According to data from the (ILO) cited by the Polish Economic Institute, the number of hours worked in 2020 globally decreased by 8.9 percent year-over-year due to the Covid pandemic.

The ILO explained that the lost hours worked show the scale of decreased employment, both due to lowering working time while maintaining employment and complete job losses.

“The balance of the two years of the coronavirus crisis on a global scale may reach up to 125 million full-time jobs lost. This means that the global number of hours worked will drop by 4.3 percent; this decrease will amount to 3.4 percent in G-20 countries and 2.7 percent in the EU,” the report explained.

It was noted that only 9 out of 189 countries in the world will increase the number of worked hours by the end of 2021 compared to the same time period before the pandemic. The world leader? None other than Norway, which will increase its hours worked by 4.5 percent compared to the fourth quarter of 2019.

“In 2020, Poland’s decrease in hours worked was only 2.1 percent and was the lowest in the entire EU and third-lowest globally,” he said.

Kubisiak underscored that the latest ILO forecast predicts that Poland’s hours worked will increase by 2.4 percent by the end of 2021. He added that, apart from Poland, only two other EU states (Croatia and Slovenia) have a positive balance when it comes to hours worked compared to the period from before the pandemic.

ILO analysts explained that countries with high or medium-high income – i.e., the ones with better access to vaccines – experienced a job market reconstruction.
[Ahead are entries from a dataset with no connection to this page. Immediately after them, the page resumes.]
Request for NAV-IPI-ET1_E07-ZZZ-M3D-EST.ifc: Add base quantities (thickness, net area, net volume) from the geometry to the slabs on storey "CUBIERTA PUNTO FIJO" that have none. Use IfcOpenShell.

First a look at what the model holds.

```python
import ifcopenshell
import ifcopenshell.util.element
import ifcopenshell.util.unit

model = ifcopenshell.open("NAV-IPI-ET1_E07-ZZZ-M3D-EST.ifc")
print(model.schema)
for unit_type in ("LENGTHUNIT", "AREAUNIT", "VOLUMEUNIT"):
    print(unit_type, ifcopenshell.util.unit.calculate_unit_scale(model, unit_type))
storey = next(s for s in model.by_type("IfcBuildingStorey") if s.Name == "CUBIERTA PUNTO FIJO")
slabs = [e for e in ifcopenshell.util.element.get_decomposition(storey) if e.is_a("IfcSlab")]
for e in sorted(slabs, key=lambda e: e.id()):
    print(e.id(), e.is_a(), e.Name, list(ifcopenshell.util.element.get_psets(e, qtos_only=True)), sep=" | ")
```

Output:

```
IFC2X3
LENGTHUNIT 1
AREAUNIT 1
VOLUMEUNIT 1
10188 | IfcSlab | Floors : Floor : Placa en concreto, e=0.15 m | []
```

```python
import ifcopenshell
import ifcopenshell.api.pset
import ifcopenshell.geom
import ifcopenshell.util.element
import ifcopenshell.util.shape
import ifcopenshell.util.unit

model = ifcopenshell.open("NAV-IPI-ET1_E07-ZZZ-M3D-EST.ifc")
unit_scale = ifcopenshell.util.unit.calculate_unit_scale(model)
area_scale = ifcopenshell.util.unit.calculate_unit_scale(model, "AREAUNIT")
volume_scale = ifcopenshell.util.unit.calculate_unit_scale(model, "VOLUMEUNIT")
settings = ifcopenshell.geom.settings()

storey = next(s for s in model.by_type("IfcBuildingStorey") if s.Name == "CUBIERTA PUNTO FIJO")
slabs = [e for e in ifcopenshell.util.element.get_decomposition(storey) if e.is_a("IfcSlab")]

for e in sorted(slabs, key=lambda e: e.id()):
    if ifcopenshell.util.element.get_psets(e, qtos_only=True, should_inherit=False):
        continue
    # Geometry comes back in metres, in the element's own axes.
    shape = ifcopenshell.geom.create_shape(settings, e)
    values = {
        "Width": ifcopenshell.util.shape.get_z(shape.geometry) / unit_scale,
        "NetArea": ifcopenshell.util.shape.get_footprint_area(shape.geometry) / area_scale,
        "NetVolume": ifcopenshell.util.shape.get_volume(shape.geometry) / volume_scale,
    }
    qto = ifcopenshell.api.pset.add_qto(model, product=e, name="BaseQuantities")
    ifcopenshell.api.pset.edit_qto(model, qto=qto, properties=values)
    print(e.id(), {k: round(v, 3) for k, v in values.items()})

model.write("NAV-IPI-ET1_E07-ZZZ-M3D-EST_updated.ifc")
```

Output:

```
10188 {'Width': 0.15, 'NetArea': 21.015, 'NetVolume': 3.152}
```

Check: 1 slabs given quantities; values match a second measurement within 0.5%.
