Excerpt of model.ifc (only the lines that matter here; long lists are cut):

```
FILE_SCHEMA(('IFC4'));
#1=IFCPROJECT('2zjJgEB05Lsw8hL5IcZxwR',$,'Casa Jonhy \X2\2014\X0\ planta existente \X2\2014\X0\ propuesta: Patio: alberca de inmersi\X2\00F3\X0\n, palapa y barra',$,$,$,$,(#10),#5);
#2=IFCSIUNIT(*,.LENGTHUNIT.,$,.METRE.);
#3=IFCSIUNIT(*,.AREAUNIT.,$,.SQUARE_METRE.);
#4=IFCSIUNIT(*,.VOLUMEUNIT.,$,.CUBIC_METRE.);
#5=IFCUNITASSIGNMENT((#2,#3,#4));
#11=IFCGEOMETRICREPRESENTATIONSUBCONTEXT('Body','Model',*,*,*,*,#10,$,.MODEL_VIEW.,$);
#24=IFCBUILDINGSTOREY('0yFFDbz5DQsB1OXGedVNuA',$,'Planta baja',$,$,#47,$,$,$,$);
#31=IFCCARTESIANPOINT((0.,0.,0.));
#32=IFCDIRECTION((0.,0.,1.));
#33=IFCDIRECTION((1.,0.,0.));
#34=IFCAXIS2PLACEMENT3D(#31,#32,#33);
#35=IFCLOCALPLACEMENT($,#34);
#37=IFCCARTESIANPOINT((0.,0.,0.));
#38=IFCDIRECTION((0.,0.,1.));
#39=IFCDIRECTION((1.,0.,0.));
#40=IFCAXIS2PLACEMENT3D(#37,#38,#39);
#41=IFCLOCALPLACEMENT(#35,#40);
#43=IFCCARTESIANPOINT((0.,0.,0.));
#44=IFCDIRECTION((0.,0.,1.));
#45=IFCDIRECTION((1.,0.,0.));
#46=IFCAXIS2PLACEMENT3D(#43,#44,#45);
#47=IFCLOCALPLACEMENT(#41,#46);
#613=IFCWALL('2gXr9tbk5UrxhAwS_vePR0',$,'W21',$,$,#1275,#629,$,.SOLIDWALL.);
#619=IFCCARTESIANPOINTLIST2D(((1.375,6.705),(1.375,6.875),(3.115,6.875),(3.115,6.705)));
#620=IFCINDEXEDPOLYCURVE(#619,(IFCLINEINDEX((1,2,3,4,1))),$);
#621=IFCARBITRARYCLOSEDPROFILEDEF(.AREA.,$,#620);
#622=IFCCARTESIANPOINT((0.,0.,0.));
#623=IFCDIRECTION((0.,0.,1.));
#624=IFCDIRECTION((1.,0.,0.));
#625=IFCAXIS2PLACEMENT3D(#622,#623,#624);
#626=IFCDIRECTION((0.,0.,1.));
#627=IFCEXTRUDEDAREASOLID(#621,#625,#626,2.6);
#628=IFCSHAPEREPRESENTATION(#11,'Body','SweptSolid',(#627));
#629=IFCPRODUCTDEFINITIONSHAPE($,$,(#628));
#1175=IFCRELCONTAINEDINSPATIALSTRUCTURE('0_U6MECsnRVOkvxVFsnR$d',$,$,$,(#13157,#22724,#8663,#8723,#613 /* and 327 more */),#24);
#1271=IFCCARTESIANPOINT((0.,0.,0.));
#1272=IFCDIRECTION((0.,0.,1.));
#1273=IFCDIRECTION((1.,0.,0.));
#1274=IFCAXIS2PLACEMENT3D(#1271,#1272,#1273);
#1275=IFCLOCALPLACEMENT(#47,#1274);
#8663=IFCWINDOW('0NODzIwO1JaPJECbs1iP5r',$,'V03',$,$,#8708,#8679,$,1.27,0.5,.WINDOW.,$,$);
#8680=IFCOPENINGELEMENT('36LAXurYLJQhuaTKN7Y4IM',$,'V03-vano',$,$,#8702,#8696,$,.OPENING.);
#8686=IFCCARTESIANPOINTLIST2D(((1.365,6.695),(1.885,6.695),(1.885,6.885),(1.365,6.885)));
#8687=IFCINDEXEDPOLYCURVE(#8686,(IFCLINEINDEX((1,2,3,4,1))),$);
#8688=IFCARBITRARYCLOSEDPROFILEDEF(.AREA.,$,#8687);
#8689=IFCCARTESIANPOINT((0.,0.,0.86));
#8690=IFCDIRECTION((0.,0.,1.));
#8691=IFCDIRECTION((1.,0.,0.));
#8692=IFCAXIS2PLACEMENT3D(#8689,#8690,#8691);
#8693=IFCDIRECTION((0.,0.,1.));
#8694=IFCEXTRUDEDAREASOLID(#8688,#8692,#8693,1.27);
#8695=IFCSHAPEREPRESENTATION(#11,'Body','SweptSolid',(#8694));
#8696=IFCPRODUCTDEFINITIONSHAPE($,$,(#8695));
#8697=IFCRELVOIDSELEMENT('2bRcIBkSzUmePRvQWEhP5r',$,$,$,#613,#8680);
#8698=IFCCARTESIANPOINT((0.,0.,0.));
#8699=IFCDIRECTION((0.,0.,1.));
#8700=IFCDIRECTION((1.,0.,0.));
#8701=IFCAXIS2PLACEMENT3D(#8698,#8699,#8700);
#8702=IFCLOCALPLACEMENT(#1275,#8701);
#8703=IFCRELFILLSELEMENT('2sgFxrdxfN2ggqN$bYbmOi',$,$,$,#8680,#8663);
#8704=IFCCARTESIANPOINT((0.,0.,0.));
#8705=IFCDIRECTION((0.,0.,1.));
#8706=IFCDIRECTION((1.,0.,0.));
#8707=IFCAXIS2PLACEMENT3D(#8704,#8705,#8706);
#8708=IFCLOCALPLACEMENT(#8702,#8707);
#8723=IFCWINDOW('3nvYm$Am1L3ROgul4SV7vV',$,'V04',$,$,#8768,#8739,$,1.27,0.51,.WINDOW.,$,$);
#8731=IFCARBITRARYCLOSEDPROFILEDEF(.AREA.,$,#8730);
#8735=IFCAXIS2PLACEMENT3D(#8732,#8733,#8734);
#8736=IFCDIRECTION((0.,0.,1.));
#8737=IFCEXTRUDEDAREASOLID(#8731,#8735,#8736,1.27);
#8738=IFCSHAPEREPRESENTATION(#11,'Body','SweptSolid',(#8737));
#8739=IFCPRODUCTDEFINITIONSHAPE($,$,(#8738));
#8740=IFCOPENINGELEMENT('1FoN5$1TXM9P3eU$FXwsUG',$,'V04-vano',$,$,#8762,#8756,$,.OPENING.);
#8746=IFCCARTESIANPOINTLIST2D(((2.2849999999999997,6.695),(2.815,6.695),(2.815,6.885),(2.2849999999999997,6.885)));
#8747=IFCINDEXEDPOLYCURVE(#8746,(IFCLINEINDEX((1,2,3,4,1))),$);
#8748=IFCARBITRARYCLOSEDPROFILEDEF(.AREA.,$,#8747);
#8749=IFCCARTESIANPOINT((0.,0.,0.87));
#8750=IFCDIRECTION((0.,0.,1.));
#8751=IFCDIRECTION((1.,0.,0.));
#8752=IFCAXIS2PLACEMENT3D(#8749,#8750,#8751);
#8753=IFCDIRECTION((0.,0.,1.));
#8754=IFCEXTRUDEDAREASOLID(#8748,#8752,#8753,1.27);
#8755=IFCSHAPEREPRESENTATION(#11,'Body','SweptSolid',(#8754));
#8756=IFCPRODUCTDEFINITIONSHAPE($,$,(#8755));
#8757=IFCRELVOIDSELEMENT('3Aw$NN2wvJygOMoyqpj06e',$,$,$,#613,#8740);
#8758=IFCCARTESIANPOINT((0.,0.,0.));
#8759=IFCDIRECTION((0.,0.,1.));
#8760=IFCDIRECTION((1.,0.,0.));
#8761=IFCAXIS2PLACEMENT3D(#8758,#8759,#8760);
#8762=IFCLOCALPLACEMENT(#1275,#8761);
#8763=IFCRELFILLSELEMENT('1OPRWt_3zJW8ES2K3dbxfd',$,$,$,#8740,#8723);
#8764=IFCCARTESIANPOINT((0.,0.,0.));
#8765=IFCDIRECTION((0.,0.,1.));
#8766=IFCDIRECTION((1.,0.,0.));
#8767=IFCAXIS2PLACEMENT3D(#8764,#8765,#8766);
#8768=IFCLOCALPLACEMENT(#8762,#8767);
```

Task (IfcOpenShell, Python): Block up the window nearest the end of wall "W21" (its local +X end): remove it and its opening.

```python
import ifcopenshell
import ifcopenshell.api.feature
import ifcopenshell.api.root
import ifcopenshell.geom
import ifcopenshell.util.shape

model = ifcopenshell.open("model.ifc")
settings = ifcopenshell.geom.settings()


def volume(element):
    """Net volume in cubic metres, openings subtracted."""
    shape = ifcopenshell.geom.create_shape(settings, element)
    return ifcopenshell.util.shape.get_volume(shape.geometry)


window = model.by_guid("3nvYm$Am1L3ROgul4SV7vV")
opening = window.FillsVoids[0].RelatingOpeningElement
wall = opening.VoidsElements[0].RelatingBuildingElement
before = volume(wall)

ifcopenshell.api.root.remove_product(model, product=window)
ifcopenshell.api.feature.remove_feature(model, feature=opening)

after = volume(wall)

print(f"wall volume {before:.3f} -> {after:.3f} m3")

model.write("model_edited.ifc")
```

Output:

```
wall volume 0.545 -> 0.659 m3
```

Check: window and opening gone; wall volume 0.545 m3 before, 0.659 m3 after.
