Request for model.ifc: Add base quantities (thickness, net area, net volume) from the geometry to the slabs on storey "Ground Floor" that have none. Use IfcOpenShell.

First a look at what the model holds.

```python
import ifcopenshell
import ifcopenshell.util.element
import ifcopenshell.util.unit

model = ifcopenshell.open("model.ifc")
print(model.schema)
for unit_type in ("LENGTHUNIT", "AREAUNIT", "VOLUMEUNIT"):
    print(unit_type, ifcopenshell.util.unit.calculate_unit_scale(model, unit_type))
storey = next(s for s in model.by_type("IfcBuildingStorey") if s.Name == "Ground Floor")
slabs = [e for e in ifcopenshell.util.element.get_decomposition(storey) if e.is_a("IfcSlab")]
for e in sorted(slabs, key=lambda e: e.id()):
    print(e.id(), e.is_a(), e.Name, list(ifcopenshell.util.element.get_psets(e, qtos_only=True)), sep=" | ")
```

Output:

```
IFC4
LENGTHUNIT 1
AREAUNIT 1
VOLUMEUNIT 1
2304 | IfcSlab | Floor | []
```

```python
import ifcopenshell
import ifcopenshell.api.pset
import ifcopenshell.geom
import ifcopenshell.util.element
import ifcopenshell.util.shape
import ifcopenshell.util.unit

model = ifcopenshell.open("model.ifc")
unit_scale = ifcopenshell.util.unit.calculate_unit_scale(model)
area_scale = ifcopenshell.util.unit.calculate_unit_scale(model, "AREAUNIT")
volume_scale = ifcopenshell.util.unit.calculate_unit_scale(model, "VOLUMEUNIT")
settings = ifcopenshell.geom.settings()

storey = next(s for s in model.by_type("IfcBuildingStorey") if s.Name == "Ground Floor")
slabs = [e for e in ifcopenshell.util.element.get_decomposition(storey) if e.is_a("IfcSlab")]

for e in sorted(slabs, key=lambda e: e.id()):
    if ifcopenshell.util.element.get_psets(e, qtos_only=True, should_inherit=False):
        continue
    # Geometry comes back in metres, in the element's own axes.
    shape = ifcopenshell.geom.create_shape(settings, e)
    values = {
        "Width": ifcopenshell.util.shape.get_z(shape.geometry) / unit_scale,
        "NetArea": ifcopenshell.util.shape.get_footprint_area(shape.geometry) / area_scale,
        "NetVolume": ifcopenshell.util.shape.get_volume(shape.geometry) / volume_scale,
    }
    qto = ifcopenshell.api.pset.add_qto(model, product=e, name="Qto_SlabBaseQuantities")
    ifcopenshell.api.pset.edit_qto(model, qto=qto, properties=values)
    print(e.id(), {k: round(v, 3) for k, v in values.items()})

model.write("model_v2.ifc")
```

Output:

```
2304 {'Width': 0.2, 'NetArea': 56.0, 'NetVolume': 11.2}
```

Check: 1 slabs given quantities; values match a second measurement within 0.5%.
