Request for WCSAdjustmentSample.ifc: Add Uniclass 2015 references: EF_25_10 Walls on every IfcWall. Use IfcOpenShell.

First a look at what the model holds.

```python
import ifcopenshell

model = ifcopenshell.open("WCSAdjustmentSample.ifc")
print(model.schema)
print("classifications:", [c.Name for c in model.by_type("IfcClassification")])
for ifc_class in ("IfcDoor", "IfcRoof", "IfcStair", "IfcWall", "IfcWindow"):
    print(ifc_class, len(model.by_type(ifc_class)))
```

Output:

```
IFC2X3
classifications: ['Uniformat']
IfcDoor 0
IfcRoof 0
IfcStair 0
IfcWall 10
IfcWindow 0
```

```python
import ifcopenshell
import ifcopenshell.api.classification

model = ifcopenshell.open("WCSAdjustmentSample.ifc")

# IFC2X3 requires Source and Edition and has no link from the project to the system.
system = model.create_entity("IfcClassification", Source="NBS", Edition="2015", Name="Uniclass 2015")

codes = {
    "IfcWall": ("EF_25_10", "Walls"),
}
for ifc_class, (code, name) in codes.items():
    products = model.by_type(ifc_class)
    ifcopenshell.api.classification.add_reference(
        model, products=products, classification=system, identification=code, name=name
    )
    print(code, len(products))

model.write("WCSAdjustmentSample_edited.ifc")
```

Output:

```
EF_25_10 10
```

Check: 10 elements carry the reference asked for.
The situation in other countries either has not seen such obvious improvement or they are still noting drops in hours worked.

One of the elements analyzed in the report was the impact of financial packages, which were introduced to shield the job market from the crisis.

According to International Monetary Fund estimates, the global totality of these packages is worth USD 16.9 trillion; 86 percent of these funds were concentrated in developed economies.